*WHAT YOU HAVE TO DO*
Copy out, word for word, the lines from the start of the data below through the line containing "#183=IFCRELAGGREGATES('0000000000000000000020',$,$,$,#8,(#11));", and no others.

*DATA FOR REVIEW*

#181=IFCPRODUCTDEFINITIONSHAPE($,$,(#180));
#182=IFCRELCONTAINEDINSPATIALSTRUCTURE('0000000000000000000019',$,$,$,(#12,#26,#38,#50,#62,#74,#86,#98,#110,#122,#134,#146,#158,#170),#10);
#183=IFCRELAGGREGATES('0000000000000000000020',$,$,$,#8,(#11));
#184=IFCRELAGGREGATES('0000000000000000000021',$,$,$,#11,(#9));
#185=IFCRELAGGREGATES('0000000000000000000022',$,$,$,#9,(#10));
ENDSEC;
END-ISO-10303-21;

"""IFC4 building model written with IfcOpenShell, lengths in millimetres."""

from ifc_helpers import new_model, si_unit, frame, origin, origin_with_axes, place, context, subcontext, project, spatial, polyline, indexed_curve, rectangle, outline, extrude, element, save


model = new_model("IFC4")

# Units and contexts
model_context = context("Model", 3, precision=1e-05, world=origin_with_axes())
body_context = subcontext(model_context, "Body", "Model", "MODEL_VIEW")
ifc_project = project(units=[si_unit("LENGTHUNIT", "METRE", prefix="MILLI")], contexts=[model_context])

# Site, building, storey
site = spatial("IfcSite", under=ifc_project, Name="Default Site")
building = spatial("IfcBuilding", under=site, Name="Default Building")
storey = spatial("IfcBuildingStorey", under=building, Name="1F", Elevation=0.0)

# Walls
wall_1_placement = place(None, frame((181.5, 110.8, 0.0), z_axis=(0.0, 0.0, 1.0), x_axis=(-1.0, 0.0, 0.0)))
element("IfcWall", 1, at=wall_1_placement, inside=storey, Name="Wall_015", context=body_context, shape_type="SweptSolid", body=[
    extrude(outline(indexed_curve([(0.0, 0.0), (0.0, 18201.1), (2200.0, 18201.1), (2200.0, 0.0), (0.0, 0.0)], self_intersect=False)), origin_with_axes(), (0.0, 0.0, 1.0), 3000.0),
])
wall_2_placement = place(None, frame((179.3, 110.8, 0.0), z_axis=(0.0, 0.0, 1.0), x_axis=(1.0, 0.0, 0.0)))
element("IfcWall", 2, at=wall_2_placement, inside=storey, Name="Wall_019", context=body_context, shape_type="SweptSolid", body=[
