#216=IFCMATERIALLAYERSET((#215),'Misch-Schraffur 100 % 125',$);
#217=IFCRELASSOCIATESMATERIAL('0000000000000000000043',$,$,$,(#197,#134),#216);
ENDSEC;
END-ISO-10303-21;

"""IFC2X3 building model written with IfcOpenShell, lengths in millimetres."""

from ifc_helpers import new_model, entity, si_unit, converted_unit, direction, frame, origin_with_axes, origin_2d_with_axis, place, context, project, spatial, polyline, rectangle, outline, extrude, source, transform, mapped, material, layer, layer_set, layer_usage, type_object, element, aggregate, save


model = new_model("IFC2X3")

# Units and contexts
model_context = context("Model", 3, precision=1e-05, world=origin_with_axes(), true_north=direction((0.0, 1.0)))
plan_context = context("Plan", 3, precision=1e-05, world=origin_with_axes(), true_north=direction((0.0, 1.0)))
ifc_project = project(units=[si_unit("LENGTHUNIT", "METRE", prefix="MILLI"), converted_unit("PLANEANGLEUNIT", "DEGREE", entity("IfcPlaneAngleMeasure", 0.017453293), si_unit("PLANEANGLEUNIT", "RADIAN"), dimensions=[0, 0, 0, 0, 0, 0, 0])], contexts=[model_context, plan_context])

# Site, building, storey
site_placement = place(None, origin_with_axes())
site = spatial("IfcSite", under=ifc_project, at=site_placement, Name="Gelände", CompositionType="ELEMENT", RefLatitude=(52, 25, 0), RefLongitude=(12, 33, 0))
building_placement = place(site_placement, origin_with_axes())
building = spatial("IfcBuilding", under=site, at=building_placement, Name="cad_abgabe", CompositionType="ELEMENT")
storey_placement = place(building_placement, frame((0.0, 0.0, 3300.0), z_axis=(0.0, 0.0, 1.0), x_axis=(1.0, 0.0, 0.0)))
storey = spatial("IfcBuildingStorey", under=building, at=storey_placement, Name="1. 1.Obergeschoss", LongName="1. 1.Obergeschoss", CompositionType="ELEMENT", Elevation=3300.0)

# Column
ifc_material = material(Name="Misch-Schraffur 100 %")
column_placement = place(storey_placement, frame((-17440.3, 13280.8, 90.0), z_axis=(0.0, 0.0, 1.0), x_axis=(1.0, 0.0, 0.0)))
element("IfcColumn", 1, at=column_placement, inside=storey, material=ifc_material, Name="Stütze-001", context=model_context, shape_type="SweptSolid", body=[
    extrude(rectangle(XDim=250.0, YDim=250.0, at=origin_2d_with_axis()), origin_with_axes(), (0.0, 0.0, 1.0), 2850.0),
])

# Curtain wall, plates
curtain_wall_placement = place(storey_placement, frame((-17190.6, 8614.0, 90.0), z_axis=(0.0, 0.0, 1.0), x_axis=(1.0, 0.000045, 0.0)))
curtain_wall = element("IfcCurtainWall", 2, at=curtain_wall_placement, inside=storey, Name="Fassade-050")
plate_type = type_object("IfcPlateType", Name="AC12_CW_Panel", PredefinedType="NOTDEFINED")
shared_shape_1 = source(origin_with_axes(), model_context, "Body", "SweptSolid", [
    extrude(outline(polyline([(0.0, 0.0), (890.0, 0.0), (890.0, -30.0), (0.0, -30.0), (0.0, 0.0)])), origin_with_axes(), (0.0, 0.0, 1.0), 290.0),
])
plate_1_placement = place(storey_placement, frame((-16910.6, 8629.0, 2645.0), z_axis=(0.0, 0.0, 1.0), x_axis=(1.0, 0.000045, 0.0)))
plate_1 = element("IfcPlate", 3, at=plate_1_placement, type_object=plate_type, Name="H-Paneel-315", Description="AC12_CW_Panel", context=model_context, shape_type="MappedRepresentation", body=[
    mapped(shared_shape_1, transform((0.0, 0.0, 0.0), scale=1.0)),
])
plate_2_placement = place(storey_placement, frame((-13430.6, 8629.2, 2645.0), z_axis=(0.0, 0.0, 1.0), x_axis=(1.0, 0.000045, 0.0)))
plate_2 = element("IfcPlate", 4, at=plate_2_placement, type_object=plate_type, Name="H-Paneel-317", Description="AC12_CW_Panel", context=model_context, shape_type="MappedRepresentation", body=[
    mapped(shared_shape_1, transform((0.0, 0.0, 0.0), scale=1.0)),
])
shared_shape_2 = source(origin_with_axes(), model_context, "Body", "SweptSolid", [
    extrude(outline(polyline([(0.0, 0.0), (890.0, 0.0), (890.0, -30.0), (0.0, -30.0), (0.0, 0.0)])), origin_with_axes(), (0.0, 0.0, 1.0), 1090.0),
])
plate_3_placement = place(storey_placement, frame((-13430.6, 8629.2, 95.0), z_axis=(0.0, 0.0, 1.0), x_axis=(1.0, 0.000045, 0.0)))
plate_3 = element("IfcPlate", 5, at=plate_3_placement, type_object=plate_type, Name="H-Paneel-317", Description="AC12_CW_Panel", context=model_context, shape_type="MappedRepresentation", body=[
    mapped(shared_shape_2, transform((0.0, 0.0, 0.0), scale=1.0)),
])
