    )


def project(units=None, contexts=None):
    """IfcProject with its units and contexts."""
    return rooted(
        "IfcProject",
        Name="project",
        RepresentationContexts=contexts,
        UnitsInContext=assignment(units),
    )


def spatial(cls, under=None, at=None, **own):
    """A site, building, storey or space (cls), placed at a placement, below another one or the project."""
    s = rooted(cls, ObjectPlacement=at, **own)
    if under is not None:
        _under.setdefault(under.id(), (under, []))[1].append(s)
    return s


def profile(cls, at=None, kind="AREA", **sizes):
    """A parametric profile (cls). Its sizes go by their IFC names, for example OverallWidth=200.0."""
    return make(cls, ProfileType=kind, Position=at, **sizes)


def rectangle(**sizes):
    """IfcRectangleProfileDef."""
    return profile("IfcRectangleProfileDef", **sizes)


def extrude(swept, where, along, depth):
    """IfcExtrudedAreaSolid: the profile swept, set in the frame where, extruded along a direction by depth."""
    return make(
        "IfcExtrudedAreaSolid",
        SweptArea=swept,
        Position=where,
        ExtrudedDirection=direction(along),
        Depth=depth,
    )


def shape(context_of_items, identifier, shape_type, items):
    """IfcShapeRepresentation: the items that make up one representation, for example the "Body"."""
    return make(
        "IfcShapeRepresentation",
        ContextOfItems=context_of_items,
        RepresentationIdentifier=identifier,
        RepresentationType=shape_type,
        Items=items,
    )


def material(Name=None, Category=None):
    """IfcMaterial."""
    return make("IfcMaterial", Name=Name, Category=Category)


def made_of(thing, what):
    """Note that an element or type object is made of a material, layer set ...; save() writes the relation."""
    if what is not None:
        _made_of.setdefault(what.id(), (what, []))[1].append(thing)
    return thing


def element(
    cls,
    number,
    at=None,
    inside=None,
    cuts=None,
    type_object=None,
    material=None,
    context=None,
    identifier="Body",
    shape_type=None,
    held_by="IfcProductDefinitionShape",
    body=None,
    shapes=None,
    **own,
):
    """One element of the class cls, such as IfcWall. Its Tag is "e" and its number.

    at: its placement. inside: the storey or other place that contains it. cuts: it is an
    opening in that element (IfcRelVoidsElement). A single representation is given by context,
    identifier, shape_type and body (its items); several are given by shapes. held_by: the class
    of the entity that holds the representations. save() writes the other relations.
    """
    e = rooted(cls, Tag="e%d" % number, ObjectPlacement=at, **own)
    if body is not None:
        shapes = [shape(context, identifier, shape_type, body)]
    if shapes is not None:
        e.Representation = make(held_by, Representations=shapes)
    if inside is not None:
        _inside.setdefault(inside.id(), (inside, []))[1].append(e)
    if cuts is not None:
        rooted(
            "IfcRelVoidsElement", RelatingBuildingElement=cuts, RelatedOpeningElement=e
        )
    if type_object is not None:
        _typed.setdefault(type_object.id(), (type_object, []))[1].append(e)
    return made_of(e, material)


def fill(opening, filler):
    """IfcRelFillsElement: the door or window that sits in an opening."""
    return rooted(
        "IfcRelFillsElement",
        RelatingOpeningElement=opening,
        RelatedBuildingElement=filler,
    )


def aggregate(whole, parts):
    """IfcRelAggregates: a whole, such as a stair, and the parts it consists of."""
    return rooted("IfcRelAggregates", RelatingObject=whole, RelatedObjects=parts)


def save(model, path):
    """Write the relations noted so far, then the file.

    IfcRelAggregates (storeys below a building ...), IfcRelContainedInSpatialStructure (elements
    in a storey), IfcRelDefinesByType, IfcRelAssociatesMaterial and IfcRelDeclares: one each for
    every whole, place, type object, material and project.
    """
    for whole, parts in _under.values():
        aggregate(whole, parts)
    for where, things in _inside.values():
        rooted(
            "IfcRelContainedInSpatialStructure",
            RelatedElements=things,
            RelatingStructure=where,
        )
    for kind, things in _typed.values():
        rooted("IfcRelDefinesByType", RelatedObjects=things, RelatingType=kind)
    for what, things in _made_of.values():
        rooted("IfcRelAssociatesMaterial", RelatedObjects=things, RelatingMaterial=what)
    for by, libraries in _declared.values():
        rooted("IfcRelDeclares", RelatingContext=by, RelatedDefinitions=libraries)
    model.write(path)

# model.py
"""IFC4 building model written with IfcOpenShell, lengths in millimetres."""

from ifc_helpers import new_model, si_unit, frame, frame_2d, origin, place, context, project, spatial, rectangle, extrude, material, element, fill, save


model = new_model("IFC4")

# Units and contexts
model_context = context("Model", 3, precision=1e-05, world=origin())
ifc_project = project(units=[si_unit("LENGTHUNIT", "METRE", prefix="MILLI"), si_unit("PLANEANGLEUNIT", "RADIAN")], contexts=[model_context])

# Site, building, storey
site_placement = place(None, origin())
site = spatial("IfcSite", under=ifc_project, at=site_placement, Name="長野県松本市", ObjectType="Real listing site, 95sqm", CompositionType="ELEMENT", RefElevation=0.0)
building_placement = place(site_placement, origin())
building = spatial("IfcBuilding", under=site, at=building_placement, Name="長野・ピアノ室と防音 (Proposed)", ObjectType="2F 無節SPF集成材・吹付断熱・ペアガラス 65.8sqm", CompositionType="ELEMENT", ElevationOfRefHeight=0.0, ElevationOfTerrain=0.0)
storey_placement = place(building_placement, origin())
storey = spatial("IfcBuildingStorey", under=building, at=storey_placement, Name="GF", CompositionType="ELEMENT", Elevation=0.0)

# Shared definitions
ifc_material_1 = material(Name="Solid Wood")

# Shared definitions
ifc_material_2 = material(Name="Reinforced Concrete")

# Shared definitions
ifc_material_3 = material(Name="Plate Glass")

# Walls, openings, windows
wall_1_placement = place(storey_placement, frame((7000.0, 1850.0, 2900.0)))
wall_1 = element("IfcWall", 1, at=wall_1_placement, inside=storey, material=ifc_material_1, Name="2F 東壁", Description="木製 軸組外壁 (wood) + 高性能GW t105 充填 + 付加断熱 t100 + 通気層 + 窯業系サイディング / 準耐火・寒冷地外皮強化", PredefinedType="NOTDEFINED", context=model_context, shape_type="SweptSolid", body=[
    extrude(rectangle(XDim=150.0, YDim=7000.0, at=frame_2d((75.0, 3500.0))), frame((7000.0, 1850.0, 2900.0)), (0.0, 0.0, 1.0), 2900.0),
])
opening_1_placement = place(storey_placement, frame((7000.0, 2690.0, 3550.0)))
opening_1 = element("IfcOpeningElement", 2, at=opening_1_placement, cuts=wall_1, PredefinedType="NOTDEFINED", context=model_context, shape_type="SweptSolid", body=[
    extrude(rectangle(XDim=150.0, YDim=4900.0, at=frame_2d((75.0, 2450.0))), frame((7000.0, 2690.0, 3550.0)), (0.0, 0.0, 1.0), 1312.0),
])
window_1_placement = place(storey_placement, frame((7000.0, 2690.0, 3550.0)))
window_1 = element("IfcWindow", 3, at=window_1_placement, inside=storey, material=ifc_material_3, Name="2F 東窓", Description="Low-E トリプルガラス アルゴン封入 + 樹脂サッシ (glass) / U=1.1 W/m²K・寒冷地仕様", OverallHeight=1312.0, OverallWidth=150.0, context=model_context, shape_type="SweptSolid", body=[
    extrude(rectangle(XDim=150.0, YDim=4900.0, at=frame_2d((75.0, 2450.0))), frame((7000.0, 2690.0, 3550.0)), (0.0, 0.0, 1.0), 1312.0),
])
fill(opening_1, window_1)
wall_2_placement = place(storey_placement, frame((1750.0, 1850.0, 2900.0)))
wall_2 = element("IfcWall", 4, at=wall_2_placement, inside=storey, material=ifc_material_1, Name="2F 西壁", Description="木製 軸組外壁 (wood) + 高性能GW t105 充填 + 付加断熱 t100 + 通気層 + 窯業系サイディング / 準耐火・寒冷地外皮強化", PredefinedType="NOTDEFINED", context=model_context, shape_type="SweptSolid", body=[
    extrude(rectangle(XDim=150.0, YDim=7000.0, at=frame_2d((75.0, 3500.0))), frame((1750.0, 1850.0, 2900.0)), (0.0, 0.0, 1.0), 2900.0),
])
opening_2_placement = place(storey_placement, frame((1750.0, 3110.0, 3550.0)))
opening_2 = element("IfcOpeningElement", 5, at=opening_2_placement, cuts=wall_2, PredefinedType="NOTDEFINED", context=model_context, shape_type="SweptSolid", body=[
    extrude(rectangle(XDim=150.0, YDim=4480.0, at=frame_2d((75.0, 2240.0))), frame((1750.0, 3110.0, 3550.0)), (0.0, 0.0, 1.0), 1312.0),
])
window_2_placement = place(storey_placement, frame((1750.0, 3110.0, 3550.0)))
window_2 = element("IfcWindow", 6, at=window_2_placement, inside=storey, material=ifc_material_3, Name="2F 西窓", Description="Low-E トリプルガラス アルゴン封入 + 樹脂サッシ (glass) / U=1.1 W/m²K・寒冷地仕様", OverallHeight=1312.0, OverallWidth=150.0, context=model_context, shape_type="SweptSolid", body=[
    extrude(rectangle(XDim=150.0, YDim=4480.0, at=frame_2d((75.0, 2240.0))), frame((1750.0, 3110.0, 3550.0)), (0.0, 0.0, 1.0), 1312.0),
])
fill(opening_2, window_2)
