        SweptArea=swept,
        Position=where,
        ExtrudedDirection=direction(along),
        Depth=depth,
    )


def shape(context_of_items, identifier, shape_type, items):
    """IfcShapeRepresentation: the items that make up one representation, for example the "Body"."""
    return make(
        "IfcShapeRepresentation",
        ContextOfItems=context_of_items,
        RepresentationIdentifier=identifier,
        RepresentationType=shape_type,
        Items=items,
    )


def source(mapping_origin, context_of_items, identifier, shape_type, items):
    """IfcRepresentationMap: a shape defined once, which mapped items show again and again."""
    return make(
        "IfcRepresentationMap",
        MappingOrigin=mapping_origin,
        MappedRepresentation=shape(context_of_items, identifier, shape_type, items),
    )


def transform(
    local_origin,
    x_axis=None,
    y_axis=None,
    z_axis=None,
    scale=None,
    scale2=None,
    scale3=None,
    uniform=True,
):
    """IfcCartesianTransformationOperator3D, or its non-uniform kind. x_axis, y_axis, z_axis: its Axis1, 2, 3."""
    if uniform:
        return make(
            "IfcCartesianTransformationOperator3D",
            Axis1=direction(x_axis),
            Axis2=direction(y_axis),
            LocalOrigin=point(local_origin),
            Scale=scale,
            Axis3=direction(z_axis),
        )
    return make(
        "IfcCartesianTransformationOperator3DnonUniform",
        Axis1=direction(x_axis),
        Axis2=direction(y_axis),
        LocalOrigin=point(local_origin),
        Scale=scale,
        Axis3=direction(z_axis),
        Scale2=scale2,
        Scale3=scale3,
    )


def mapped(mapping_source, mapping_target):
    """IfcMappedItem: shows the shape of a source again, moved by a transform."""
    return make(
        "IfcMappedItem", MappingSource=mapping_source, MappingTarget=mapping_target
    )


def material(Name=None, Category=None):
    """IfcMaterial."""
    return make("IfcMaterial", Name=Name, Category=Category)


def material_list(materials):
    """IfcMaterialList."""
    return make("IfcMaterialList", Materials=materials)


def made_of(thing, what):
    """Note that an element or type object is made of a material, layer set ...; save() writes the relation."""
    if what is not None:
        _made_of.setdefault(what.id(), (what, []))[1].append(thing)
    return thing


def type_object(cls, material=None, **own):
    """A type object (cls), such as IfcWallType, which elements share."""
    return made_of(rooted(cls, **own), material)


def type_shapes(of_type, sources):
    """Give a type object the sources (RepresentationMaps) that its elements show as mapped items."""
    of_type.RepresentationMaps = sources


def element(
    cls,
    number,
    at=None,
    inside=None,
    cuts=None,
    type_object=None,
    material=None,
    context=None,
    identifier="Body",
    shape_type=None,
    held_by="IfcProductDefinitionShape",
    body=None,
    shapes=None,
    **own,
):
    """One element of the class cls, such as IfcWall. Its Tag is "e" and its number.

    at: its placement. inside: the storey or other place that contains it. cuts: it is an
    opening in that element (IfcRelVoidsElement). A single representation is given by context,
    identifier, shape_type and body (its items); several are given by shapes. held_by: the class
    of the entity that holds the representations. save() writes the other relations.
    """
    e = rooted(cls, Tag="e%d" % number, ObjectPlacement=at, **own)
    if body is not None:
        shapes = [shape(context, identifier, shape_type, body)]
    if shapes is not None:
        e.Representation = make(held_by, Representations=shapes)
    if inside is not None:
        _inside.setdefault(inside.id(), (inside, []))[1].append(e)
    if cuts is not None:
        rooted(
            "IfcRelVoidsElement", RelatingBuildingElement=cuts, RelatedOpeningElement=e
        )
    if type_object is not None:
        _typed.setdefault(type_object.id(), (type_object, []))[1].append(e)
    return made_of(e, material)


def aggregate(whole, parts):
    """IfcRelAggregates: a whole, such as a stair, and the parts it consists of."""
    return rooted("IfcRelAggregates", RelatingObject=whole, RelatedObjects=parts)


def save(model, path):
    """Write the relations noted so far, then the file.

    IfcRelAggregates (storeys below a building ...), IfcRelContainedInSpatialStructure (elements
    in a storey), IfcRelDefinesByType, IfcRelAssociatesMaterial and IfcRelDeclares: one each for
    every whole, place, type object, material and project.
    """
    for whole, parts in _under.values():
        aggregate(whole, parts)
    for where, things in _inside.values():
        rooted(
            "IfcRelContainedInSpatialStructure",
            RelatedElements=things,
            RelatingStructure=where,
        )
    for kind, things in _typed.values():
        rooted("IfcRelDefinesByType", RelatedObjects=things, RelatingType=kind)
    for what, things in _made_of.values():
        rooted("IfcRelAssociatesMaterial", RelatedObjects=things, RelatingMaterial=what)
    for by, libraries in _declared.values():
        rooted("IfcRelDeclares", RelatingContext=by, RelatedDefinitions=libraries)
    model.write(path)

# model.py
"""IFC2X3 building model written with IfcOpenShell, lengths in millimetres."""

*RESPONSE TO THE TASK*
#181=IFCPRODUCTDEFINITIONSHAPE($,$,(#180));
#182=IFCRELCONTAINEDINSPATIALSTRUCTURE('0000000000000000000019',$,$,$,(#12,#26,#38,#50,#62,#74,#86,#98,#110,#122,#134,#146,#158,#170),#10);
#183=IFCRELAGGREGATES('0000000000000000000020',$,$,$,#8,(#11));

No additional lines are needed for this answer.